As for appointments, couldn't they find that info in your day to day calendar?
(Does Alexa interface with e.g. Google Calendar?). If my doctor's appointment
are in some other database and not duplicated there, I'd probably miss it.

Although, a tool reminding me to take my medicine (which particular pills)
would be an interesting feature. Or one that can refill my prescription
online. If only it came without the whole mass surveillance/we're going to
sell your data problem.

------
rjknight
The data in question seems to be open-ish data that is already broadly
available from the NHS Content API
([https://developer.api.nhs.uk/documentation/content-
api](https://developer.api.nhs.uk/documentation/content-api)).

The standard terms allow anyone to reproduce this data, providing that certain
conditions are met. One of this involves the display of a graphic indicating
that the data has been syndicated from the NHS, which is obviously not
possible with a service that has no visible user interface, which (partially)
explains the need for an Amazon Echo-specific license agreement.
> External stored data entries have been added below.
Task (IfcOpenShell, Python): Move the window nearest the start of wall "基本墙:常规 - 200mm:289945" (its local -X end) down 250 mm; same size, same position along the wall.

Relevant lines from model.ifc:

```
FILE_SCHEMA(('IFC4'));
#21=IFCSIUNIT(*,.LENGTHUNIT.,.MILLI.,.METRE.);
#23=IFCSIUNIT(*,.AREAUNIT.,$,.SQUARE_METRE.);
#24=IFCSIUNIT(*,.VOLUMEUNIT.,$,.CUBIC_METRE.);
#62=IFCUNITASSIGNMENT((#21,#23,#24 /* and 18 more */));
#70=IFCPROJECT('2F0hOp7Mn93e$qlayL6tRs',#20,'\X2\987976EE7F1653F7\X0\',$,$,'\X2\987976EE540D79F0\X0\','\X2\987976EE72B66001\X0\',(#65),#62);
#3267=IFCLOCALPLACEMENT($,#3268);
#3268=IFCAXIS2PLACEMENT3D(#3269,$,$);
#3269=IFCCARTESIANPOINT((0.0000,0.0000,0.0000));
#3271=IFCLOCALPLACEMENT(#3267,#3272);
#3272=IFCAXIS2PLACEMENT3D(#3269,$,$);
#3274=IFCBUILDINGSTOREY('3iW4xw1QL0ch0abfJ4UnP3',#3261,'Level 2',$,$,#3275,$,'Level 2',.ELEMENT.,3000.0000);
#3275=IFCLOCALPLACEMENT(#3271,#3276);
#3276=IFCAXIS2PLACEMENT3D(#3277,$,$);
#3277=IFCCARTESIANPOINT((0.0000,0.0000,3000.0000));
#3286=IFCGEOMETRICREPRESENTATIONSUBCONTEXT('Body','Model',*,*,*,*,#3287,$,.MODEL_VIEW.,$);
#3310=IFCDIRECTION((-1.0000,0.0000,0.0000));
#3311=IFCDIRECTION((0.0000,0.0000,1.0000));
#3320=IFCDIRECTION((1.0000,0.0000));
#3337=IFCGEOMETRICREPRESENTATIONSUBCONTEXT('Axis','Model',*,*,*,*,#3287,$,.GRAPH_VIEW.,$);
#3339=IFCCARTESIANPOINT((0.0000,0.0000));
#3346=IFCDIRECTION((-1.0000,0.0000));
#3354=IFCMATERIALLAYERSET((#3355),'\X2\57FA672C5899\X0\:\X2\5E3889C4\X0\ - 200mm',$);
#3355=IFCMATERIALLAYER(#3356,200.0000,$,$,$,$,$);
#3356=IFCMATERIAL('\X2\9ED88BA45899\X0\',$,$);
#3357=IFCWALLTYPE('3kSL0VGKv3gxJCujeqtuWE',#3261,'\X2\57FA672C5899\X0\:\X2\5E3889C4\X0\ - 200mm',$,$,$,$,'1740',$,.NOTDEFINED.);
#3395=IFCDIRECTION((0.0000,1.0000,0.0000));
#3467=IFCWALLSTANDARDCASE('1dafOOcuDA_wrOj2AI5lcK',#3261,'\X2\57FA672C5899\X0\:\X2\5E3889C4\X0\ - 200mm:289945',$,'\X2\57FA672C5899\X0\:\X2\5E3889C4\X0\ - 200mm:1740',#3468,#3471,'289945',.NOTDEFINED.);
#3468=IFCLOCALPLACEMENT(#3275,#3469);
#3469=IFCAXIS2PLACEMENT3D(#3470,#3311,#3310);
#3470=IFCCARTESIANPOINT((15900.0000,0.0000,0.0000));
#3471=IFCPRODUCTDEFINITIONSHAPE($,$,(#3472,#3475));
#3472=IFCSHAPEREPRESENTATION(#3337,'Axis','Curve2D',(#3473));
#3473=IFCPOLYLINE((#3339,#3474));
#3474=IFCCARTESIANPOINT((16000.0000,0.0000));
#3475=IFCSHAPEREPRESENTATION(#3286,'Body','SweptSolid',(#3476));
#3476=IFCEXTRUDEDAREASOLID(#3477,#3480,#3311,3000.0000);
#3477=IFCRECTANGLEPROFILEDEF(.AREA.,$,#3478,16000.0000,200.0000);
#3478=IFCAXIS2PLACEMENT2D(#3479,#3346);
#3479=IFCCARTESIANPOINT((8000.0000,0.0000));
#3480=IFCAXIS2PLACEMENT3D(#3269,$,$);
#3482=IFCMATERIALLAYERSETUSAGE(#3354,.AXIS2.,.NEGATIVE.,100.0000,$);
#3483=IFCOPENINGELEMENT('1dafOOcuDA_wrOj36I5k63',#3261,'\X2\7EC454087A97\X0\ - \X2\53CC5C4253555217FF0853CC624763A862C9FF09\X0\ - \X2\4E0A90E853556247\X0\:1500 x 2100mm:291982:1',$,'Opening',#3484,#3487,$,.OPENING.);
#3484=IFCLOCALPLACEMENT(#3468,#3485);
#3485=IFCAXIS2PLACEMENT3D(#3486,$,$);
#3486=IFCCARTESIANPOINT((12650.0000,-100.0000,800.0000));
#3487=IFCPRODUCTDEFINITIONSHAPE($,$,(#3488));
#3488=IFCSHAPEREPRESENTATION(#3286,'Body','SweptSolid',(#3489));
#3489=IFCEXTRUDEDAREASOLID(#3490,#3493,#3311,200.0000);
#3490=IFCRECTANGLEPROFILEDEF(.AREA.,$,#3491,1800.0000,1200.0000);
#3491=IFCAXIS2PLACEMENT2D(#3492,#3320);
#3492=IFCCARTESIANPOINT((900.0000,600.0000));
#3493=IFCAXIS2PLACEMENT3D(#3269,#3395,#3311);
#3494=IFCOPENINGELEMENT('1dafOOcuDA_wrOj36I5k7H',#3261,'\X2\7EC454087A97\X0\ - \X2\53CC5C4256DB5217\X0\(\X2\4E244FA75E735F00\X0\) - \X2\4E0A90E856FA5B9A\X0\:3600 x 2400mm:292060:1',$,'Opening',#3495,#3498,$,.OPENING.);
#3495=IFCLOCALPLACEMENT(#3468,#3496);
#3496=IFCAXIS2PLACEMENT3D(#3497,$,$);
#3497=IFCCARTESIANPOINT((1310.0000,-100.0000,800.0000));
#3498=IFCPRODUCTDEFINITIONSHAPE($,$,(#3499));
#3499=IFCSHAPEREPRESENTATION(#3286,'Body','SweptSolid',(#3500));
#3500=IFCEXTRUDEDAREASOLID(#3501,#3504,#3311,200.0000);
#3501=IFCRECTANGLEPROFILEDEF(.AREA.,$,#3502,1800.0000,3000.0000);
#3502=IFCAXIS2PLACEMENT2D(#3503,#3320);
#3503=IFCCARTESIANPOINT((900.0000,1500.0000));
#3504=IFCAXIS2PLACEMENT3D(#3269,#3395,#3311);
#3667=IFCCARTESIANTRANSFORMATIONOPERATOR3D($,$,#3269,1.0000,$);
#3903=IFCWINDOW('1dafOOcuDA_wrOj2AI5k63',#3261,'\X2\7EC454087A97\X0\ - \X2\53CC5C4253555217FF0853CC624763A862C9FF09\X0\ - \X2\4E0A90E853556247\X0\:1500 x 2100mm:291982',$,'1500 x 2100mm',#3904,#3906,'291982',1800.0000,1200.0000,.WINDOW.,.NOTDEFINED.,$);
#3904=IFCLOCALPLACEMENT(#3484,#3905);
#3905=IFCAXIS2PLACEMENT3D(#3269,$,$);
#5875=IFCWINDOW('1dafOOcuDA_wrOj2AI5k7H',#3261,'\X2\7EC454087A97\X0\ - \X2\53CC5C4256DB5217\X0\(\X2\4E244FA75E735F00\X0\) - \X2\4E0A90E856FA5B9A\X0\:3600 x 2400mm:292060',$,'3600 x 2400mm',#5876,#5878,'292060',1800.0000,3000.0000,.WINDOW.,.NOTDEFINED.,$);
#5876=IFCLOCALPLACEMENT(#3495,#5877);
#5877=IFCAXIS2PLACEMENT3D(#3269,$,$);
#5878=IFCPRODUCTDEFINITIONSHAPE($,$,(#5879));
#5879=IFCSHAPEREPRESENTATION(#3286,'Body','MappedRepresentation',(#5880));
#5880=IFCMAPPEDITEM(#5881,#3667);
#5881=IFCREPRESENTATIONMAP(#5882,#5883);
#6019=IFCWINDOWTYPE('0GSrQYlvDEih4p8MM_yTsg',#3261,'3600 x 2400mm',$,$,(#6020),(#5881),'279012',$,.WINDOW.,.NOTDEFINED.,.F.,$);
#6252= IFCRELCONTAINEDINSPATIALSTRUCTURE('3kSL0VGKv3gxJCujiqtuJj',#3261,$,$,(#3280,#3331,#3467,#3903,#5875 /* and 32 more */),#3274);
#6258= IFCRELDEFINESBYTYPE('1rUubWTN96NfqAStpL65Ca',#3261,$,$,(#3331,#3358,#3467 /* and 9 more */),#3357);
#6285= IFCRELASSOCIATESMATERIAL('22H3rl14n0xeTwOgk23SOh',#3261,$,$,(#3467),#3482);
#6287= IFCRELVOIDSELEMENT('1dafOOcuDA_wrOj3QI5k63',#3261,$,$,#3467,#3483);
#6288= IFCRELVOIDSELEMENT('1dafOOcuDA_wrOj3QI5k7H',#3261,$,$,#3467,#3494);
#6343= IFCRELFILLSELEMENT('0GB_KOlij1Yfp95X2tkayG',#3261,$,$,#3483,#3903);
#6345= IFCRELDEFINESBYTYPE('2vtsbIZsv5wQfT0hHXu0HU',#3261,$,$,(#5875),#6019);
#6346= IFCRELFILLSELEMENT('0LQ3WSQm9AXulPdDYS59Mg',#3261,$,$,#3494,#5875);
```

```python
import numpy as np
import ifcopenshell
import ifcopenshell.api.geometry
import ifcopenshell.util.placement
import ifcopenshell.util.unit

model = ifcopenshell.open("model.ifc")
unit_scale = ifcopenshell.util.unit.calculate_unit_scale(model)

window = model.by_guid("1dafOOcuDA_wrOj2AI5k7H")
opening = window.FillsVoids[0].RelatingOpeningElement
dz = -0.25 / unit_scale

shift = np.array([0.0, 0.0, dz])
# The window is placed relative to its opening, so it follows when the opening moves.
matrix = ifcopenshell.util.placement.get_local_placement(opening.ObjectPlacement)
matrix[:3, 3] += shift
ifcopenshell.api.geometry.edit_object_placement(
    model, product=opening, matrix=matrix, is_si=False, should_transform_children=True
)

print(f"moved by {dz * unit_scale:+.3f} m")

model.write("model_rev.ifc")
```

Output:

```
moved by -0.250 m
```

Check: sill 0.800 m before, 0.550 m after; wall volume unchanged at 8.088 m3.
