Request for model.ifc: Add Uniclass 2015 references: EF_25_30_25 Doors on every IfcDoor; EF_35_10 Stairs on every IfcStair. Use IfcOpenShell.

First a look at what the model holds.

```python
import ifcopenshell

model = ifcopenshell.open("model.ifc")
print(model.schema)
print("classifications:", [c.Name for c in model.by_type("IfcClassification")])
for ifc_class in ("IfcDoor", "IfcRoof", "IfcStair", "IfcWall", "IfcWindow"):
    print(ifc_class, len(model.by_type(ifc_class)))
```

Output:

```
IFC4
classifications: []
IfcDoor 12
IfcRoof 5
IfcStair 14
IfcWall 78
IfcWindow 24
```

```python
import ifcopenshell
import ifcopenshell.api.classification

model = ifcopenshell.open("model.ifc")

system = ifcopenshell.api.classification.add_classification(model, classification="Uniclass 2015")

codes = {
    "IfcDoor": ("EF_25_30_25", "Doors"),
    "IfcStair": ("EF_35_10", "Stairs"),
}
for ifc_class, (code, name) in codes.items():
    products = model.by_type(ifc_class)
    ifcopenshell.api.classification.add_reference(
        model, products=products, classification=system, identification=code, name=name
    )
    print(code, len(products))

model.write("model_v2.ifc")
```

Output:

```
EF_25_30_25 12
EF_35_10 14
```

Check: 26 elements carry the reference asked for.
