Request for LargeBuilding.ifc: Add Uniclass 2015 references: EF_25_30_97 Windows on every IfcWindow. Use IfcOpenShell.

First a look at what the model holds.

```python
import ifcopenshell

model = ifcopenshell.open("LargeBuilding.ifc")
print(model.schema)
print("classifications:", [c.Name for c in model.by_type("IfcClassification")])
for ifc_class in ("IfcDoor", "IfcRoof", "IfcStair", "IfcWall", "IfcWindow"):
    print(ifc_class, len(model.by_type(ifc_class)))
```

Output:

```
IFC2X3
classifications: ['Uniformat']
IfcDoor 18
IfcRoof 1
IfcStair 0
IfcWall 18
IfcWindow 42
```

```python
import ifcopenshell
import ifcopenshell.api.classification

model = ifcopenshell.open("LargeBuilding.ifc")

# IFC2X3 requires Source and Edition and has no link from the project to the system.
system = model.create_entity("IfcClassification", Source="NBS", Edition="2015", Name="Uniclass 2015")

codes = {
    "IfcWindow": ("EF_25_30_97", "Windows"),
}
for ifc_class, (code, name) in codes.items():
    products = model.by_type(ifc_class)
    ifcopenshell.api.classification.add_reference(
        model, products=products, classification=system, identification=code, name=name
    )
    print(code, len(products))

model.write("LargeBuilding_rev.ifc")
```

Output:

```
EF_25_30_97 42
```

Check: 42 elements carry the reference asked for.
One might object to the fact that Amazon was able to negotiate a custom
agreement that is not available to others, and it would certainly be good if
other voice-oriented services were able to access the data on similar terms.
Beyond that, objections to Amazon having access to this data must be rooted in
either a) dislike of Amazon for other reasons or b) dislike of the general
principle of open data. I think it's mostly 'a', on the basis that Amazon
doesn't pay 'enough' tax, but ends up turning into 'b' as the suggestion is
made that perhaps Amazon should pay for access to data that is otherwise open.
It's a confusing mess of an argument.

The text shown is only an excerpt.